◆ THE TASK: The expected answer is the set of lines in the data below between the line holding "#153=IFCINDEXEDPOLYGONALFACE((1,5,9,10,6,2));" and the line holding "#160=IFCPRODUCTDEFINITIONSHAPE($,$,(#159));", inclusive, written out exactly.

*** Opening of RAW DATA ***

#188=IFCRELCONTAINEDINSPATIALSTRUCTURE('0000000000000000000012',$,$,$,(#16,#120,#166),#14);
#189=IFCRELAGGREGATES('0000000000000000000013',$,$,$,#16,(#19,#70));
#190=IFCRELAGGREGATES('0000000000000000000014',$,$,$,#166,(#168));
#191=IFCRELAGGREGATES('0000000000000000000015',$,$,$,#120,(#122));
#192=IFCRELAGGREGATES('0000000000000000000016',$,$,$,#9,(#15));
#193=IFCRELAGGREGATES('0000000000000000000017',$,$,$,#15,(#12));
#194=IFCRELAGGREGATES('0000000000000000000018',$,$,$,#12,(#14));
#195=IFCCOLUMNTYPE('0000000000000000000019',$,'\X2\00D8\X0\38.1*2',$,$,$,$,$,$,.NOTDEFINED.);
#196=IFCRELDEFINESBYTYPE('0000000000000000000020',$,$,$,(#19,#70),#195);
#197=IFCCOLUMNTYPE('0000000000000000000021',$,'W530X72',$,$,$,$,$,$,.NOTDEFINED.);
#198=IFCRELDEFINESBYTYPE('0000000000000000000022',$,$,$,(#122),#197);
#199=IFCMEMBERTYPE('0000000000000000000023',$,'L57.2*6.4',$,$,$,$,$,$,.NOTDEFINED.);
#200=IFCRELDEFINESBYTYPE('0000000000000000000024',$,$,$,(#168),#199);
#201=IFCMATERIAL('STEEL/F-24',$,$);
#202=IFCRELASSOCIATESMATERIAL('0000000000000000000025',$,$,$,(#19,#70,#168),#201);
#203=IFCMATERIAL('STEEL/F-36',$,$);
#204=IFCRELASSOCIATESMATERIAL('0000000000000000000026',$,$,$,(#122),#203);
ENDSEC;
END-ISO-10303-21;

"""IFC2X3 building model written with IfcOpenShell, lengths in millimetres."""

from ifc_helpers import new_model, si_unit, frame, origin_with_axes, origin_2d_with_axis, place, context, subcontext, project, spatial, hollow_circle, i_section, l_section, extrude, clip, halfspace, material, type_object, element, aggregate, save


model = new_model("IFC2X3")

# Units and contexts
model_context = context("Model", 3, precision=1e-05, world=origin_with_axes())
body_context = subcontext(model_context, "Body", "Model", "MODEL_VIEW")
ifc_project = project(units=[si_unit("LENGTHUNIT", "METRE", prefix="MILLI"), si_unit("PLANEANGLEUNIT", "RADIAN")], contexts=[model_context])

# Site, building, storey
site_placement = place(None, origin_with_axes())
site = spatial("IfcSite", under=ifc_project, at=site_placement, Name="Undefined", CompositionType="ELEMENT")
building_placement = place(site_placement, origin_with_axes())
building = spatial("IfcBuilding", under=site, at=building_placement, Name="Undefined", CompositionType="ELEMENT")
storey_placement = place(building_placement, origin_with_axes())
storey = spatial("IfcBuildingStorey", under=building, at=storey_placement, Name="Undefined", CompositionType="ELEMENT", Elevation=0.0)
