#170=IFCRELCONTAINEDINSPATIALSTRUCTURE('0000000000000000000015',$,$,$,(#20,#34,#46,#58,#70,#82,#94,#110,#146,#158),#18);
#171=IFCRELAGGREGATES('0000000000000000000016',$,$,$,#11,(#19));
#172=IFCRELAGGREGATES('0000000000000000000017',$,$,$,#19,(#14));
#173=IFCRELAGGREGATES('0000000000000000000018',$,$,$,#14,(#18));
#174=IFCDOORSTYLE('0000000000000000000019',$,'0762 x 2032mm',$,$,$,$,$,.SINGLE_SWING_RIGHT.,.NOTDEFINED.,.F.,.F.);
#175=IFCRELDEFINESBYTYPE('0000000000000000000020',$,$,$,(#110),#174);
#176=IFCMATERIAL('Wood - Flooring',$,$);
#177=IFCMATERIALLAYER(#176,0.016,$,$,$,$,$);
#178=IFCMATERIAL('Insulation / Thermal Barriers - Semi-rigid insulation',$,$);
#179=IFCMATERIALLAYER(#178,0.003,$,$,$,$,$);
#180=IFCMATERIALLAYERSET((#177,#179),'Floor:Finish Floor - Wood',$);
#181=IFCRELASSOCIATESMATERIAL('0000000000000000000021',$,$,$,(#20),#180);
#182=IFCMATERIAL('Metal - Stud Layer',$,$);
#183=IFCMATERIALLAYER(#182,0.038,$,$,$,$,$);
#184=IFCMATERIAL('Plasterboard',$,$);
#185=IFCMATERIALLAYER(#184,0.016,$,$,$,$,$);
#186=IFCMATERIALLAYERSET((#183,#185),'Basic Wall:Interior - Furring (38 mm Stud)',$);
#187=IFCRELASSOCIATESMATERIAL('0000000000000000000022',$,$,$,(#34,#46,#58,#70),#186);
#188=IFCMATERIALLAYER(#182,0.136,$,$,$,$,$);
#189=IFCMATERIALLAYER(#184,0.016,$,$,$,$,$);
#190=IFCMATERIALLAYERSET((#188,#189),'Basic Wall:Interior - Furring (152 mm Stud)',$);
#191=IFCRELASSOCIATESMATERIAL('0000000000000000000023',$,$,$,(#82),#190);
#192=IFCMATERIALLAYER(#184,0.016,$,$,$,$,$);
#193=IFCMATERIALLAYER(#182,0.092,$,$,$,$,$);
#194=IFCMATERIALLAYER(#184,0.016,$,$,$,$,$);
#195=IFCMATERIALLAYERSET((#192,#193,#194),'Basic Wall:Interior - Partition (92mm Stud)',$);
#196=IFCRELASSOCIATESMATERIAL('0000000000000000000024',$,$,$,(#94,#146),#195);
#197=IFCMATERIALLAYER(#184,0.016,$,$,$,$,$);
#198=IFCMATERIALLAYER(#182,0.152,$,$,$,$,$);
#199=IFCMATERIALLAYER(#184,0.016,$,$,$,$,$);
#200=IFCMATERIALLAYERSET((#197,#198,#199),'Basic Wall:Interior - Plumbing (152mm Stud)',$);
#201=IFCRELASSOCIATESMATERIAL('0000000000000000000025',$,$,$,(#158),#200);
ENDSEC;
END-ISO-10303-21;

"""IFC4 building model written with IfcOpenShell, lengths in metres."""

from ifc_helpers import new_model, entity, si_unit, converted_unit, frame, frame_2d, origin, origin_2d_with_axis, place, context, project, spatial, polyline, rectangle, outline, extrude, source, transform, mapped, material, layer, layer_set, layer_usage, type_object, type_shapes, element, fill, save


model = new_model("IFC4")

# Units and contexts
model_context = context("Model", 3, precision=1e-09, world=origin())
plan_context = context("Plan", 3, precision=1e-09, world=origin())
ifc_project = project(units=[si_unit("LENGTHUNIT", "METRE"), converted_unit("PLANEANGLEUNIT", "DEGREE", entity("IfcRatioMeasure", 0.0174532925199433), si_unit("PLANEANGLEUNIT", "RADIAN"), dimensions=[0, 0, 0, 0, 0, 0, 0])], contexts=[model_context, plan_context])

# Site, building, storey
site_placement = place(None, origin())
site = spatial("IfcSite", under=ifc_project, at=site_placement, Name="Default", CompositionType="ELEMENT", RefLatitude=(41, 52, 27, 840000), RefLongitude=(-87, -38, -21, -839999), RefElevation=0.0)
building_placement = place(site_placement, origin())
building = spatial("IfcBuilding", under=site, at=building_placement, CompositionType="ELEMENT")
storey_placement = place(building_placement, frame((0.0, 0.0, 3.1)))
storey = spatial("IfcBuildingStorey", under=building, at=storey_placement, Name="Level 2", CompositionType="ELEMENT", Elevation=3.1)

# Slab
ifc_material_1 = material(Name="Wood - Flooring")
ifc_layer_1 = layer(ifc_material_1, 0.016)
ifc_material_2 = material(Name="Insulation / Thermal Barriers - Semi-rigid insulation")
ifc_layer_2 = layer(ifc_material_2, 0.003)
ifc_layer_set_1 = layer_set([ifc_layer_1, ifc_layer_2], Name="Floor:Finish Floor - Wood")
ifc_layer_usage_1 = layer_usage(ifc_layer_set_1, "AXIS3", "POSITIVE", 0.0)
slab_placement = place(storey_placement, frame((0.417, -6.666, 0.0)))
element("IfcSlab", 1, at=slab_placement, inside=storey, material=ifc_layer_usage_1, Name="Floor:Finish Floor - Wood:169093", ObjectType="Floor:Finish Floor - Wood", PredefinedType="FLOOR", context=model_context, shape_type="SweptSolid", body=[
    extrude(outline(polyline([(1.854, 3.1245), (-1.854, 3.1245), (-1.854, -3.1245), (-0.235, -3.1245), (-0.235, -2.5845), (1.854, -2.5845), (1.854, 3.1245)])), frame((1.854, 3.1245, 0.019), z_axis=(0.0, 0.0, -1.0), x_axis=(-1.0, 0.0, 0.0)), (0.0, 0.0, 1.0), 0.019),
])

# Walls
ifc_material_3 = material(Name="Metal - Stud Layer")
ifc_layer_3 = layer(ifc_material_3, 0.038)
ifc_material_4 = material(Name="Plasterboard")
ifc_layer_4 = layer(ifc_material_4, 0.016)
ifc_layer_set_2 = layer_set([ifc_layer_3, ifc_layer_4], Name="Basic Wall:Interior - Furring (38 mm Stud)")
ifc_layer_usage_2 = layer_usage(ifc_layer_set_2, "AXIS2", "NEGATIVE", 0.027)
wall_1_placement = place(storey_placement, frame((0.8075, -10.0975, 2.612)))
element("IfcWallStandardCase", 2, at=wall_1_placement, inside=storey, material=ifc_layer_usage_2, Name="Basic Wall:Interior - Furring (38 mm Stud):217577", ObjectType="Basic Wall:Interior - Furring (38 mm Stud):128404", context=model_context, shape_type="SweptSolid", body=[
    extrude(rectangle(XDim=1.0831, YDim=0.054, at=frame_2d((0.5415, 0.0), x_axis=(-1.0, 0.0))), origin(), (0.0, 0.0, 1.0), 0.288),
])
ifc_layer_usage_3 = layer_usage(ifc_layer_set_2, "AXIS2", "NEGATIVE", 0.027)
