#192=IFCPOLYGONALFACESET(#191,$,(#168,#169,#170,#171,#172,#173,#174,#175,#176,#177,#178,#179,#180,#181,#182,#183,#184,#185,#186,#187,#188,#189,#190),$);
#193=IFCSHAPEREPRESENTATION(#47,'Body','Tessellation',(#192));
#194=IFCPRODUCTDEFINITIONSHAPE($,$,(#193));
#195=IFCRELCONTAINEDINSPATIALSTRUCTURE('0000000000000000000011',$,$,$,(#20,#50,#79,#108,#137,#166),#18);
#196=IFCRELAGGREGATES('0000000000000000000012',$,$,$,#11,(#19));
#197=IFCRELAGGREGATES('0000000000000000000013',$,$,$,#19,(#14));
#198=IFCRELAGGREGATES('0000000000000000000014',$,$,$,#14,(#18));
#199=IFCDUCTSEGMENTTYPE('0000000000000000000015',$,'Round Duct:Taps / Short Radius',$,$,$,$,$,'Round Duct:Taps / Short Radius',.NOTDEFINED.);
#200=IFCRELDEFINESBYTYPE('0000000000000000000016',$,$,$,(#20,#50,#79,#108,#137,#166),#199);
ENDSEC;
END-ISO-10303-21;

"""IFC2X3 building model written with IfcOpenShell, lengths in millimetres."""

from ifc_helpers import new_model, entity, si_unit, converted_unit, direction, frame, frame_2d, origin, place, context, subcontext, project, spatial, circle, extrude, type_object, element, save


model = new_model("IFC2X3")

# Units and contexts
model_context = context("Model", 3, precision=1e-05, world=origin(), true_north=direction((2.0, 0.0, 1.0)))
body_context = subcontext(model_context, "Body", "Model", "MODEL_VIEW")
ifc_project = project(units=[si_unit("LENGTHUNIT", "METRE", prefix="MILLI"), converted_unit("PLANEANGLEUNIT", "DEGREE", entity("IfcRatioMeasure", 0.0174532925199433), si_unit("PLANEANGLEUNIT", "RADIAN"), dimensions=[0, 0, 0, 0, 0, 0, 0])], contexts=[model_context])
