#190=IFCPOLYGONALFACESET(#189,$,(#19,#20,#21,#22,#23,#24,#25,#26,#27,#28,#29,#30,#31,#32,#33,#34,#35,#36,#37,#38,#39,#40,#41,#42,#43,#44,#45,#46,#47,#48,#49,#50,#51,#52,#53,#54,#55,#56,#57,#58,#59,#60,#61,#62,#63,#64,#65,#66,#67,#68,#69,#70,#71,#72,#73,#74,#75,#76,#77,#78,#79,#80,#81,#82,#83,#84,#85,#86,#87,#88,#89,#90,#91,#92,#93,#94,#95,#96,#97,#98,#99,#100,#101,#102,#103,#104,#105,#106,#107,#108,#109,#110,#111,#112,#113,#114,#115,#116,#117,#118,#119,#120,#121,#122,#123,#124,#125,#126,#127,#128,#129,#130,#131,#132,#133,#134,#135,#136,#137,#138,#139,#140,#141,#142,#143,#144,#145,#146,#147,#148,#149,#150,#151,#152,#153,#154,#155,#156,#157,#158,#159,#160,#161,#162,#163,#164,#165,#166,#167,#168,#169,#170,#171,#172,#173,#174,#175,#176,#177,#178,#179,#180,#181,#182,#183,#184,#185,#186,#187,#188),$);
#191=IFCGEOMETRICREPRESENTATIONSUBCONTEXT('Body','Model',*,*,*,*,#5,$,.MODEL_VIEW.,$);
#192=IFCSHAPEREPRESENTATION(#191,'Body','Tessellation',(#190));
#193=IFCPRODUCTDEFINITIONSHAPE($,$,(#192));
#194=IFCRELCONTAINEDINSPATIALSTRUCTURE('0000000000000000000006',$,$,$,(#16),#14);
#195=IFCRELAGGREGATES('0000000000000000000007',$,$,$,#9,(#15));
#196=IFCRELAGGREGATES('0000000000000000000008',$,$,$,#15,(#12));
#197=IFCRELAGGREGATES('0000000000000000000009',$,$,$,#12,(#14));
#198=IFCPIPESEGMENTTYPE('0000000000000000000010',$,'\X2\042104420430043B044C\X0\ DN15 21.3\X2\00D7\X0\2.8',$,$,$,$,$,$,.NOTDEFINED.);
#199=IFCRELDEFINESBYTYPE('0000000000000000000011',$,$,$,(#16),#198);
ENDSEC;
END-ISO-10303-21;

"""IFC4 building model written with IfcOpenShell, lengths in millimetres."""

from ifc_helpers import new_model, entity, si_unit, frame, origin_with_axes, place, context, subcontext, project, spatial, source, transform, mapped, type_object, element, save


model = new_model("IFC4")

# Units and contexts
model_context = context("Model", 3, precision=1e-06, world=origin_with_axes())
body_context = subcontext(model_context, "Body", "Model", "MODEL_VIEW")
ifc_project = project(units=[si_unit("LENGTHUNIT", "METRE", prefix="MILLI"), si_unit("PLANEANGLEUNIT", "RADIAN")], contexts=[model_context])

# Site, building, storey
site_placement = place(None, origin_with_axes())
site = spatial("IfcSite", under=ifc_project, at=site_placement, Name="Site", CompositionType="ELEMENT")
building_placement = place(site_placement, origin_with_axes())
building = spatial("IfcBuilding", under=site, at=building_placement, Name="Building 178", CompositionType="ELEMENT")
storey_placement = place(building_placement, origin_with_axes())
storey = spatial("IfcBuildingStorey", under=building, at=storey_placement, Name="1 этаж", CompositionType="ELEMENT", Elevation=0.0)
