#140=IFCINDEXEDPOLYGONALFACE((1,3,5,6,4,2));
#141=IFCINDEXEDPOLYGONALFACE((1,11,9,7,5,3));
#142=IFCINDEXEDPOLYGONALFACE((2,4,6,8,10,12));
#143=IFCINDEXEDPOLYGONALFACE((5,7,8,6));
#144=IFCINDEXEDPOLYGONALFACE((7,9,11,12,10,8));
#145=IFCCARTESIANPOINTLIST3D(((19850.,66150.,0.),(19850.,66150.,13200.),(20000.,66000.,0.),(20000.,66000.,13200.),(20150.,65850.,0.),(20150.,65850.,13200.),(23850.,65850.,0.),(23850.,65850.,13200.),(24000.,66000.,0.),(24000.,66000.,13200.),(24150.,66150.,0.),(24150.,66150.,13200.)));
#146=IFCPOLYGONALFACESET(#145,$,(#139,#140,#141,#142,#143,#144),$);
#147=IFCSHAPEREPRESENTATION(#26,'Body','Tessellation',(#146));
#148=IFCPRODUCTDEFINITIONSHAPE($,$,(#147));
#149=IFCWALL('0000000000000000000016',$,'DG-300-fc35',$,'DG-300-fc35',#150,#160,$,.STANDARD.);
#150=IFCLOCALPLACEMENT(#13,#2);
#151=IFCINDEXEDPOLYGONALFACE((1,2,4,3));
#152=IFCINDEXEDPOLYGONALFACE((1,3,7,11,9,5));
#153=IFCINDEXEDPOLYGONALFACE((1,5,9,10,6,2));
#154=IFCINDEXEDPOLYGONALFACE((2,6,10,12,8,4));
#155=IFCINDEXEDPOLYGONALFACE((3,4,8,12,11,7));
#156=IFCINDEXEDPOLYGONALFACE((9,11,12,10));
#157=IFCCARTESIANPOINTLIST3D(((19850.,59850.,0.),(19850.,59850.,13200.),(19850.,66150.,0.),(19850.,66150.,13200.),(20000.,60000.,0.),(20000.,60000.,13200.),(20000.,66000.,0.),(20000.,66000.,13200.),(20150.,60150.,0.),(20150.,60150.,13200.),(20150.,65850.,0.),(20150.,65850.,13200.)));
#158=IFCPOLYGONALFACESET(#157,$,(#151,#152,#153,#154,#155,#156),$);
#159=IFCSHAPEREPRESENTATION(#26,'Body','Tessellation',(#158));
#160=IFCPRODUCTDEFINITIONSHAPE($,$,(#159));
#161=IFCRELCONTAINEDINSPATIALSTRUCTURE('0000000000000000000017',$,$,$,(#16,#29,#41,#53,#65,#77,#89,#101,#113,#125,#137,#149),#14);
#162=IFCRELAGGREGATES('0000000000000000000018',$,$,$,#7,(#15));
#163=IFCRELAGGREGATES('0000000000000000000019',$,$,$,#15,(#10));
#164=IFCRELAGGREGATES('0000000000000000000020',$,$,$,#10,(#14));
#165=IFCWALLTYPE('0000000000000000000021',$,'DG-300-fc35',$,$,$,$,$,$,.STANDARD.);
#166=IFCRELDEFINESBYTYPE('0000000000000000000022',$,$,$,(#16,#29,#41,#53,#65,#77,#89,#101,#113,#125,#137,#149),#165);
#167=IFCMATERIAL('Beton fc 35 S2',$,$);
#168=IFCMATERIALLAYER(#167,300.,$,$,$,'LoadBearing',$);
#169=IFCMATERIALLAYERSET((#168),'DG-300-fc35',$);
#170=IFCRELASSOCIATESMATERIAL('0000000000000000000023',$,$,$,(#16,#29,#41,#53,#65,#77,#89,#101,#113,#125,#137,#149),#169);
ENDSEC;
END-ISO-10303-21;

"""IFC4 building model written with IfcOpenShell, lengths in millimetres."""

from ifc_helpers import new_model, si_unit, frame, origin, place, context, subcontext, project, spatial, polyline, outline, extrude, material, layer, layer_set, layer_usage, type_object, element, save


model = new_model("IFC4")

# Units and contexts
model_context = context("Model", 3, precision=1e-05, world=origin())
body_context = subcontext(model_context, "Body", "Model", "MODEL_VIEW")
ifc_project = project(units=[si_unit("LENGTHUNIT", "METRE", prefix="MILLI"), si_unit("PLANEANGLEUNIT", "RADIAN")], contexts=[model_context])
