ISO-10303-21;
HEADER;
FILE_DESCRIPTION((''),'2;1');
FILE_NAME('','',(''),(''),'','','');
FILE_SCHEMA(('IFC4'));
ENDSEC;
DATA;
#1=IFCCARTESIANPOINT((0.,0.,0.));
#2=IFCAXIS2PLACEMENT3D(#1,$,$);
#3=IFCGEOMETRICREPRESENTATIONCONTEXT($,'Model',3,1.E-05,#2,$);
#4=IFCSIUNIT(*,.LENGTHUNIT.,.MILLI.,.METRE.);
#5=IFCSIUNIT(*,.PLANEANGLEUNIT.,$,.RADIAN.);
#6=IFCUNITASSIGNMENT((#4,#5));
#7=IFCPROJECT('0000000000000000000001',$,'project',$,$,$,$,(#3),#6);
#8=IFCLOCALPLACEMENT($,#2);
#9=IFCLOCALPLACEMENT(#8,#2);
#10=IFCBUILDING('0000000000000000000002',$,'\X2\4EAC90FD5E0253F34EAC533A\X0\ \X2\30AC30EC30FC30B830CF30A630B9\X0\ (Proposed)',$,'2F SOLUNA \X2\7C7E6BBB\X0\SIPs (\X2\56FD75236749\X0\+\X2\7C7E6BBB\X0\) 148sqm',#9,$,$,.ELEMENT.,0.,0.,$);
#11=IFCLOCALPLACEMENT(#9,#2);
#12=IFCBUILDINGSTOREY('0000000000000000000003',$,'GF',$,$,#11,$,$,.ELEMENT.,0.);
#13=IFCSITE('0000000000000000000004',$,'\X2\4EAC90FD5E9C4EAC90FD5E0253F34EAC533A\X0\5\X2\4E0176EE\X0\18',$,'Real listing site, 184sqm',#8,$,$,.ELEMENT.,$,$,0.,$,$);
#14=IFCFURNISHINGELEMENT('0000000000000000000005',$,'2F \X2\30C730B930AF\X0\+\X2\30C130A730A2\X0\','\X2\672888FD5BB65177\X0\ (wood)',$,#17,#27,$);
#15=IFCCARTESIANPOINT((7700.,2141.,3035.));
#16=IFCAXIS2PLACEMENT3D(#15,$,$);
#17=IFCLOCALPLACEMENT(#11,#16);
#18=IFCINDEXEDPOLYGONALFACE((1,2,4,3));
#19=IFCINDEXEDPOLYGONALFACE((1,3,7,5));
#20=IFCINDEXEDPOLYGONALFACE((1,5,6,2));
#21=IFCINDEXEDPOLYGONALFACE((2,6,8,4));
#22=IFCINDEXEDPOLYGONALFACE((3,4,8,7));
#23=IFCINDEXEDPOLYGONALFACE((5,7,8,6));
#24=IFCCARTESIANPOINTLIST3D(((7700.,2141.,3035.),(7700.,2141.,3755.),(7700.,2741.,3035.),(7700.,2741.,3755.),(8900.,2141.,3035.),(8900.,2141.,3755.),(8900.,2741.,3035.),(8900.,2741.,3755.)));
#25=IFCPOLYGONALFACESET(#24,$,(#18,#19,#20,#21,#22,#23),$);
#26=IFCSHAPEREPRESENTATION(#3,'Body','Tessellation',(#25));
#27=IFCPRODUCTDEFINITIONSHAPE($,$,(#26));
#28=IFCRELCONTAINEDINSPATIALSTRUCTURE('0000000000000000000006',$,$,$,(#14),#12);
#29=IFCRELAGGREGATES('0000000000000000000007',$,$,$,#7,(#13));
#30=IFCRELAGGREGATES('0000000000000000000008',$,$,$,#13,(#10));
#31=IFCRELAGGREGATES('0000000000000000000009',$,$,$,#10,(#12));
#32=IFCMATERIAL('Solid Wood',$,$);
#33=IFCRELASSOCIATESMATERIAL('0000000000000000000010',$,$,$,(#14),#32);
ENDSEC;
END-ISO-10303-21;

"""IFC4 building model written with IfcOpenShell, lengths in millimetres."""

from ifc_helpers import new_model, si_unit, frame, frame_2d, origin, place, context, project, spatial, rectangle, extrude, material, element, save


model = new_model("IFC4")

# Units and contexts
model_context = context("Model", 3, precision=1e-05, world=origin())
ifc_project = project(units=[si_unit("LENGTHUNIT", "METRE", prefix="MILLI"), si_unit("PLANEANGLEUNIT", "RADIAN")], contexts=[model_context])

# Site, building, storey
site_placement = place(None, origin())
site = spatial("IfcSite", under=ifc_project, at=site_placement, Name="京都府京都市右京区5丁目18", ObjectType="Real listing site, 184sqm", CompositionType="ELEMENT", RefElevation=0.0)
building_placement = place(site_placement, origin())
building = spatial("IfcBuilding", under=site, at=building_placement, Name="京都市右京区 ガレージハウス (Proposed)", ObjectType="2F SOLUNA 籾殻SIPs (国産杉+籾殻) 148sqm", CompositionType="ELEMENT", ElevationOfRefHeight=0.0, ElevationOfTerrain=0.0)
storey_placement = place(building_placement, origin())
storey = spatial("IfcBuildingStorey", under=building, at=storey_placement, Name="GF", CompositionType="ELEMENT", Elevation=0.0)

# Shared definitions
ifc_material_1 = material(Name="Solid Wood")

# Furnishing element
furnishing_1_placement = place(storey_placement, frame((7700.0, 2141.0, 3035.0)))
element("IfcFurnishingElement", 1, at=furnishing_1_placement, inside=storey, material=ifc_material_1, Name="2F デスク+チェア", Description="木製家具 (wood)", context=model_context, shape_type="SweptSolid", body=[
    extrude(rectangle(XDim=1200.0, YDim=600.0, at=frame_2d((600.0, 300.0))), frame((7700.0, 2141.0, 3035.0)), (0.0, 0.0, 1.0), 720.0),
])

save(model, "model.ifc")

*** Close of RAW DATA ***

◆ RESULT OF THE EXERCISE:
#153=IFCINDEXEDPOLYGONALFACE((1,5,9,10,6,2));
#154=IFCINDEXEDPOLYGONALFACE((2,6,10,12,8,4));
#155=IFCINDEXEDPOLYGONALFACE((3,4,8,12,11,7));
#156=IFCINDEXEDPOLYGONALFACE((9,11,12,10));
#157=IFCCARTESIANPOINTLIST3D(((19850.,59850.,0.),(19850.,59850.,13200.),(19850.,66150.,0.),(19850.,66150.,13200.),(20000.,60000.,0.),(20000.,60000.,13200.),(20000.,66000.,0.),(20000.,66000.,13200.),(20150.,60150.,0.),(20150.,60150.,13200.),(20150.,65850.,0.),(20150.,65850.,13200.)));
#158=IFCPOLYGONALFACESET(#157,$,(#151,#152,#153,#154,#155,#156),$);
#159=IFCSHAPEREPRESENTATION(#26,'Body','Tessellation',(#158));
#160=IFCPRODUCTDEFINITIONSHAPE($,$,(#159));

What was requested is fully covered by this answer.